Il fut un temps dans ma jeunesse où, quand j’allais rendre visite à ma grand-mère à la Croix-Comtesse, elle me donnait des articles qu’elle avait découpés pour moi dans L’Angérien libre. C’étaient des extraits de l’Inventaire archéologique de l’arrondissement de Saint-Jean d’Angély, par le docteur Jean Texier, qui paraissaient alors en feuilleton dans cet hebdo local. Maintenant revenu habiter au pays, j’entends régulièrement citer cet Inventaire comme un ouvrage de référence sur le patrimoine de la contrée. En me renseignant j’ai appris que Jean Texier (1879-1953) natif de Varaize, était médecin à Saint-Jean d’Angély, qu’il avait eu un cabinet de consultation dans la rue Rose, qu’il avait été en 1923 un des fondateurs de la Société d’archéologie de Saint-Jean, dont il était par la suite devenu le président, qu’il avait aussi eu des responsabilités dans d’autres sociétés savantes, qu’il avait été médecin-chef de l’hôpital et maire-adjoint de la ville, où il s’était occupé notamment des monuments historiques, et qu’il fut propriétaire du château de Dampierre sur Boutonne. Son bon Inventaire n’a été publié qu’après sa mort par l’imprimerie Brisson, en onze fascicules parus de 1963 à 1982, auxquels s’est ajouté en 1995 un douzième, l’Index des noms de famille cités dans l’oeuvre. L’inventaire est doté d’un long sous-titre (Ses monuments, ses vieilles églises, ses anciennes demeures et ceux qui les ont habitées) qui fait penser aux Vieilles maisons, vieux papiers, de G Lenotre. Ces fascicules sont de modestes livrettes, de format à peu près A5, épaisses de 24 à 69 pages, en moyenne une quarantaine. Elles contiennent principalement des descriptions de bâtiments, parfois d’arides généalogies de propriétaires de châteaux. L’ordre de publication est d’abord hiérarchique (St-Jean et son canton parce qu’ils sont au centre du périmètre), ensuite alphabétique (cantons d’Aulnay, Loulay, Matha, St-Hilaire, St-Savinien, Tonnay-Boutonne). Il est difficile d’en avoir une vue d’ensemble, car les catalogues des bibliothèques tantôt ne possèdent pas la série complète, tantôt livrent les notices en désordre. C’est pourquoi j’en ai dressé une Table des matières ordonnée, que je publie ce mois-ci pour ma Lettre documentaire n° 533.
*
Lettre documentaire 533

TABLE DES MATIERES
pour l’ouvrage du docteur Jean Texier (1879-1953)
INVENTAIRE archéologique de l’arrondissement de Saint-Jean d’Angély : 
ses monuments, ses vieilles églises, ses anciennes demeures et ceux qui les ont habitées
publié dans ladite ville par l’Imprimerie Brisson en 12 fascicules, de 1963 à 1995.

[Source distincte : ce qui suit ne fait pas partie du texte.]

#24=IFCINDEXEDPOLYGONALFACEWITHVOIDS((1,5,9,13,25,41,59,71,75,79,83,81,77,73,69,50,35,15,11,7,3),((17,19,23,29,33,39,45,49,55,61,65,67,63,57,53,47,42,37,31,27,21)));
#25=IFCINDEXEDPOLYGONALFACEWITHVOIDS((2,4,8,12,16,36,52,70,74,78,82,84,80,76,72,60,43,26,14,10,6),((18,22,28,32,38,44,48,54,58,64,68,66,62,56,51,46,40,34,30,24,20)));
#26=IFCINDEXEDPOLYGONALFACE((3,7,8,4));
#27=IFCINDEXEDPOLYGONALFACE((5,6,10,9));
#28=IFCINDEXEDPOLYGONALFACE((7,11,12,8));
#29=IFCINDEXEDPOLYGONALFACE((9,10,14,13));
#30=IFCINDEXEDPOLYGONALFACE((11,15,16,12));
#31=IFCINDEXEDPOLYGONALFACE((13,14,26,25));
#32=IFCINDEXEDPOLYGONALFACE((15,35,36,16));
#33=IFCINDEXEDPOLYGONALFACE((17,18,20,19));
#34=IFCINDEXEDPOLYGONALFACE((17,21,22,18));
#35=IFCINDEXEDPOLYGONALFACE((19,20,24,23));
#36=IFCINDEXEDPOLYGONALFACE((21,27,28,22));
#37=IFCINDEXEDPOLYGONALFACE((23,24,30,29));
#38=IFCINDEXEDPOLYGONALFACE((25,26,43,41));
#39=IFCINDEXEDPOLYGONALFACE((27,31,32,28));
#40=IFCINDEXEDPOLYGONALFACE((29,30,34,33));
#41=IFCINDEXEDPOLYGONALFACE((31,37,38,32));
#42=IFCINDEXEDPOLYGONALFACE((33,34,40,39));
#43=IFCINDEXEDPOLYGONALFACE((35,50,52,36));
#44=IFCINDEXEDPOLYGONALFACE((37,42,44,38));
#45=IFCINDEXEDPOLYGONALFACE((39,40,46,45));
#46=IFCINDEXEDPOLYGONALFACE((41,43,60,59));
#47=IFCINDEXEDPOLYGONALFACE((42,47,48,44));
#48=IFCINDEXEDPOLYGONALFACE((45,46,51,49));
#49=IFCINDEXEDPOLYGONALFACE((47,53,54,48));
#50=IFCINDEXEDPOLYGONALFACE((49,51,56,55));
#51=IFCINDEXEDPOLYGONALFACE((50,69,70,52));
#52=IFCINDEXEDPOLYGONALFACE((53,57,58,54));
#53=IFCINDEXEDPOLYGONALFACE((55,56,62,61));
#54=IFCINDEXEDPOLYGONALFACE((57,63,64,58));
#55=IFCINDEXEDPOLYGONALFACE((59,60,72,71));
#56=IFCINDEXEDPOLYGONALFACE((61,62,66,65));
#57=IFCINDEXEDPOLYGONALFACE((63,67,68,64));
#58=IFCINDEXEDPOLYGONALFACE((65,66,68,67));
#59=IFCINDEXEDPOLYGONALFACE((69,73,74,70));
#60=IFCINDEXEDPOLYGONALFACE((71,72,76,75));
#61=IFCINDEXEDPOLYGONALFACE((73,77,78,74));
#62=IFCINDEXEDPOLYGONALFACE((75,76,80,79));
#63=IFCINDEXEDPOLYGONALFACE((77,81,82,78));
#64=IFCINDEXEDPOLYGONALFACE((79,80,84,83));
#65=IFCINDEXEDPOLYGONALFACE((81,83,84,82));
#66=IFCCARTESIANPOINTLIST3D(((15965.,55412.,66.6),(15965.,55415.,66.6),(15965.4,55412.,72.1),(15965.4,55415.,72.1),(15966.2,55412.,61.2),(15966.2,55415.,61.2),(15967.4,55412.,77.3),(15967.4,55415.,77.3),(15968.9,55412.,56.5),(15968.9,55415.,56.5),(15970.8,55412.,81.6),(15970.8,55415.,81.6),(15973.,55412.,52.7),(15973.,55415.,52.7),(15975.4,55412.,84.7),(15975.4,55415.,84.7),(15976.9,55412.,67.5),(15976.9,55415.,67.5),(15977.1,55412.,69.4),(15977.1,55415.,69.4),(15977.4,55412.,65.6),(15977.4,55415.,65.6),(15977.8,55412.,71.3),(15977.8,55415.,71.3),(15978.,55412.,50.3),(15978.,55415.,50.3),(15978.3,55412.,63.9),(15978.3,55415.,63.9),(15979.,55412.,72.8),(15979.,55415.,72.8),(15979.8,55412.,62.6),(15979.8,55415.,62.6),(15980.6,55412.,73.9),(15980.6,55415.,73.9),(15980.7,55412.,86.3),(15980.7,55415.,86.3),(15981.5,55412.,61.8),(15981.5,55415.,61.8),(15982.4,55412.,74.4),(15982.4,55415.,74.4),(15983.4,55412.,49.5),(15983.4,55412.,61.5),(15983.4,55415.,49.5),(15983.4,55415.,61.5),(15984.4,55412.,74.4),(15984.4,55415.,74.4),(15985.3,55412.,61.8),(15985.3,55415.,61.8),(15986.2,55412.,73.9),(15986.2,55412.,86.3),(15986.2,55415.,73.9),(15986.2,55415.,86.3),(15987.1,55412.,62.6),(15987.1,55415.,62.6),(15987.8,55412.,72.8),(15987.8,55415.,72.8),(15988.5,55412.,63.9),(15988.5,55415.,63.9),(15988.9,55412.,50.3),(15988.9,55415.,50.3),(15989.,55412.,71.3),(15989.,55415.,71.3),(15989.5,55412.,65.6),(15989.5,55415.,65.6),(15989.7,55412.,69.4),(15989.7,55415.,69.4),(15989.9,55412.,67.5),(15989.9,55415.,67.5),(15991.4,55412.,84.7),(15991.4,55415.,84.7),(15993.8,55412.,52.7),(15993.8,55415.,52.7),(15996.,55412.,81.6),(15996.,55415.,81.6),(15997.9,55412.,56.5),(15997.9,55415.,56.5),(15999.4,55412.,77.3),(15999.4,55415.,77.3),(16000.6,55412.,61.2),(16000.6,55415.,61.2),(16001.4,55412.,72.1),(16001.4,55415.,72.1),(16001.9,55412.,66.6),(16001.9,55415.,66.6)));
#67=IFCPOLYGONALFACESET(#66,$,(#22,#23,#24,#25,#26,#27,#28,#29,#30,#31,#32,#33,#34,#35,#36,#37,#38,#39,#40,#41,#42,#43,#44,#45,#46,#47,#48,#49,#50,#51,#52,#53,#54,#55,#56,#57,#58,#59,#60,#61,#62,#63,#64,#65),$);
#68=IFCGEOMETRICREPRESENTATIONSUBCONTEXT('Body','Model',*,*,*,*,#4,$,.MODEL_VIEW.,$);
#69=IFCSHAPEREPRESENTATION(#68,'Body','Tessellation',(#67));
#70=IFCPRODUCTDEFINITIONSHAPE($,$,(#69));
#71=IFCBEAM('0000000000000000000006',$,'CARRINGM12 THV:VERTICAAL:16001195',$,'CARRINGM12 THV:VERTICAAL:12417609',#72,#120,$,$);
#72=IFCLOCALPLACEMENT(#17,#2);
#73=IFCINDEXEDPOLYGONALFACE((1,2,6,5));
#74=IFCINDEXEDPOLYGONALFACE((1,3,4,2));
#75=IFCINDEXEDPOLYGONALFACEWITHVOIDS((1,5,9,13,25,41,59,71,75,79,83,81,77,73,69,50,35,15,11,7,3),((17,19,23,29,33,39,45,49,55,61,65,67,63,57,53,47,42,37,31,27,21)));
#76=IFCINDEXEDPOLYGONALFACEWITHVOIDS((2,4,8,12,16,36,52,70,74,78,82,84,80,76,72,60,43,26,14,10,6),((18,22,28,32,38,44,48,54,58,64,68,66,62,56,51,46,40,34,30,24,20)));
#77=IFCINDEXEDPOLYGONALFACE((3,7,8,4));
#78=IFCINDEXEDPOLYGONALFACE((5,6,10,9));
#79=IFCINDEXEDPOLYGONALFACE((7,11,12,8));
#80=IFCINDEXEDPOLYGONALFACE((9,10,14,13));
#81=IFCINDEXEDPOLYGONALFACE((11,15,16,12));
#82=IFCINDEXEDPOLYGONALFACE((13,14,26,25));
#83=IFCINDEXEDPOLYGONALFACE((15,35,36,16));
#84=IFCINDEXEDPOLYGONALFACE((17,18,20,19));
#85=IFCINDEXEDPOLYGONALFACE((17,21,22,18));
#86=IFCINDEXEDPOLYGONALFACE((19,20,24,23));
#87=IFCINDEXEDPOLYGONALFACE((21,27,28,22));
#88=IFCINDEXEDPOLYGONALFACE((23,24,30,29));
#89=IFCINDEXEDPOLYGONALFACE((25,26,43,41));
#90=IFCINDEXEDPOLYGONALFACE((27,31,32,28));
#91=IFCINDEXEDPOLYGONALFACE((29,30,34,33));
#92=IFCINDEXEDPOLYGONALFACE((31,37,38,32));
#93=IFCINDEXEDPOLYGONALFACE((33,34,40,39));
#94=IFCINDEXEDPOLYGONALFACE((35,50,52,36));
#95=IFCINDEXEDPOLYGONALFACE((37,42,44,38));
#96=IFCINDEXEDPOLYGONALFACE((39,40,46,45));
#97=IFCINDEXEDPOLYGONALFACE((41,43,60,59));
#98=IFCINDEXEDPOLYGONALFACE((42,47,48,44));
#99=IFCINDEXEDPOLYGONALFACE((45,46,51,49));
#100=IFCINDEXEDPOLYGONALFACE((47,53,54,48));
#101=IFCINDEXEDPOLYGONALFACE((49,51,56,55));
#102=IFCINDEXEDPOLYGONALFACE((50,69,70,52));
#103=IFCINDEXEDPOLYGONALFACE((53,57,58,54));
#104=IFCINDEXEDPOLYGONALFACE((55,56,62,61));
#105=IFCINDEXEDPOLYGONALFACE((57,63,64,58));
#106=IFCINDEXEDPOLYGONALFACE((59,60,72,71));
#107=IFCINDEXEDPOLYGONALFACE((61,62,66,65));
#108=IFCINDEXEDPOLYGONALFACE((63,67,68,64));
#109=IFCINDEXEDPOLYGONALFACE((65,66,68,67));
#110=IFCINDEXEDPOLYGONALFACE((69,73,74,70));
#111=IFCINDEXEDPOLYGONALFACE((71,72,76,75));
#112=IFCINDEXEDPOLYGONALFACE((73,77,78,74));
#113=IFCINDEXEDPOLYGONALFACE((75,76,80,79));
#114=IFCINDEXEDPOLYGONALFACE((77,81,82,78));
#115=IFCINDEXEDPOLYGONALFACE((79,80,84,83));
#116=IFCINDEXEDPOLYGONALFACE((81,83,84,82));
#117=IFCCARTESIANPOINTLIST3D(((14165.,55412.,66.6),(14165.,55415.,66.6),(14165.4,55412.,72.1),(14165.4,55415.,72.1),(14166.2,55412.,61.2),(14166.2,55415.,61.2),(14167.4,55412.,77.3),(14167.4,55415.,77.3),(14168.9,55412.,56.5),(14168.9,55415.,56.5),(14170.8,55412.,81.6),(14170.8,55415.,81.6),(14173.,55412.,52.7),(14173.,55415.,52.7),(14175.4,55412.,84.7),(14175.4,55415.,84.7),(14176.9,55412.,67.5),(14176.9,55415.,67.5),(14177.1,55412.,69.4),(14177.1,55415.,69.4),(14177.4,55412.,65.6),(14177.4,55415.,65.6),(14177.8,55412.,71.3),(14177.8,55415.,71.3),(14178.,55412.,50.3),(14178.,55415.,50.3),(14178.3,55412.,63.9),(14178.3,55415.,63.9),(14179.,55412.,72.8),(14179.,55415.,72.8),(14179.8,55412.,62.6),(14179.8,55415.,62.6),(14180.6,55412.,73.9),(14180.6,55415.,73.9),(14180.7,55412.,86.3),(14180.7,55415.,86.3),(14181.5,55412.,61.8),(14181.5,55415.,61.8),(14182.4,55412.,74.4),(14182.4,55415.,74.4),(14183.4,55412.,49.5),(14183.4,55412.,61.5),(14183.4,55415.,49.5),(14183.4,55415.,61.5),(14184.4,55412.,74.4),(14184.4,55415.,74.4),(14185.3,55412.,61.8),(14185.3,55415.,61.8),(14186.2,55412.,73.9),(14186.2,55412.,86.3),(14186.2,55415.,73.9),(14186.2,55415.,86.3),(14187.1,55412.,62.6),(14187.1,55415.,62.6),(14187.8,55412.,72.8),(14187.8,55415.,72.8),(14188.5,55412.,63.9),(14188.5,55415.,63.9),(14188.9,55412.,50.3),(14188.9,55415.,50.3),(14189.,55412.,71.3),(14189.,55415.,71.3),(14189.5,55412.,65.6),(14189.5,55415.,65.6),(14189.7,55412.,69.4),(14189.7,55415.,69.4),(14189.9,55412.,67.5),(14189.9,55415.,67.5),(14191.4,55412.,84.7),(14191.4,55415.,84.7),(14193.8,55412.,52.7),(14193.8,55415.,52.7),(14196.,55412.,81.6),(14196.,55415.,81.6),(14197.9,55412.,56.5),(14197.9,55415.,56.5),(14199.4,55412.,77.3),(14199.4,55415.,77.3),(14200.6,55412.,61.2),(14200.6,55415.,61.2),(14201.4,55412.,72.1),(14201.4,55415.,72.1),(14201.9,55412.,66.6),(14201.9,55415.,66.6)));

- 1. Saint-Jean d’Angély (1963, 24 p).

- 2. Canton de Saint-Jean d’Angély (1) : Antezant, Asnières, La Benâte, Bignay, La Chapelle-Bâton, Courcelles, Les Eglises d’Argenteuil, Fontenet, Landes (1964, 49 p).

- 3. Canton de Saint-Jean d’Angély (2) : Mazeray, Poursay-Garnaud, Saint-Denis du Pin, Saint-Julien de l’Escap, Saint-Pardoult, Ternant, Varaize, La Vergne, Vervant, Voissay (1966, 56 p).

- 4. Canton d’Aulnay (1) : Aulnay, Blanzay, Cherbonnières, Chives, Contré (1968, 40 p).

- 5. Canton d’Aulnay (2) : Dampierre sur Boutonne, Les Eduts, Fontaine-Chalendray, Le Gicq, Loiré, Néré, Nuaillé, Paillé, Romazières, Saint-Georges de Longuepierre, Saint-Mandé, Saint-Martin de Juillers, Saint-Pierre de Juillers, Saleignes, Salles, Seigné, La Villedieu, Villemorin, Villers-Couture, Vinax (1970, 56 p).

- 6. Canton de Loulay : Bernay, Coivert, Courant, Croix-Comtesse, Doeuil, La Jarrie-Audouin, Loulay, Lozay, Migré, Saint-Félix, Saint-Martial, Saint-Martin de la Coudre, Saint-Pierre de l’Isle, Saint-Séverin, Vergné, Villeneuve la Comtesse, Villenouvelle (1972, 49 p).

- 7. Canton de Matha (1) : Bagnizeau, Ballans, Bazauges, Beauvais sur Matha, Blanzac, Bresdon, Brie sous Matha, La Brousse, Courcerac, Cressé, Gibourne, Gourvilette, Haimps, Louzignac, Massac (1975, 36 p).

- 8. Canton de Matha (2) : Matha, Mons, Neuvicq, Prignac, Saint-Ouen, Siecq, Sonnac, Thors, Les Touches de Périgny (1977, 36 p).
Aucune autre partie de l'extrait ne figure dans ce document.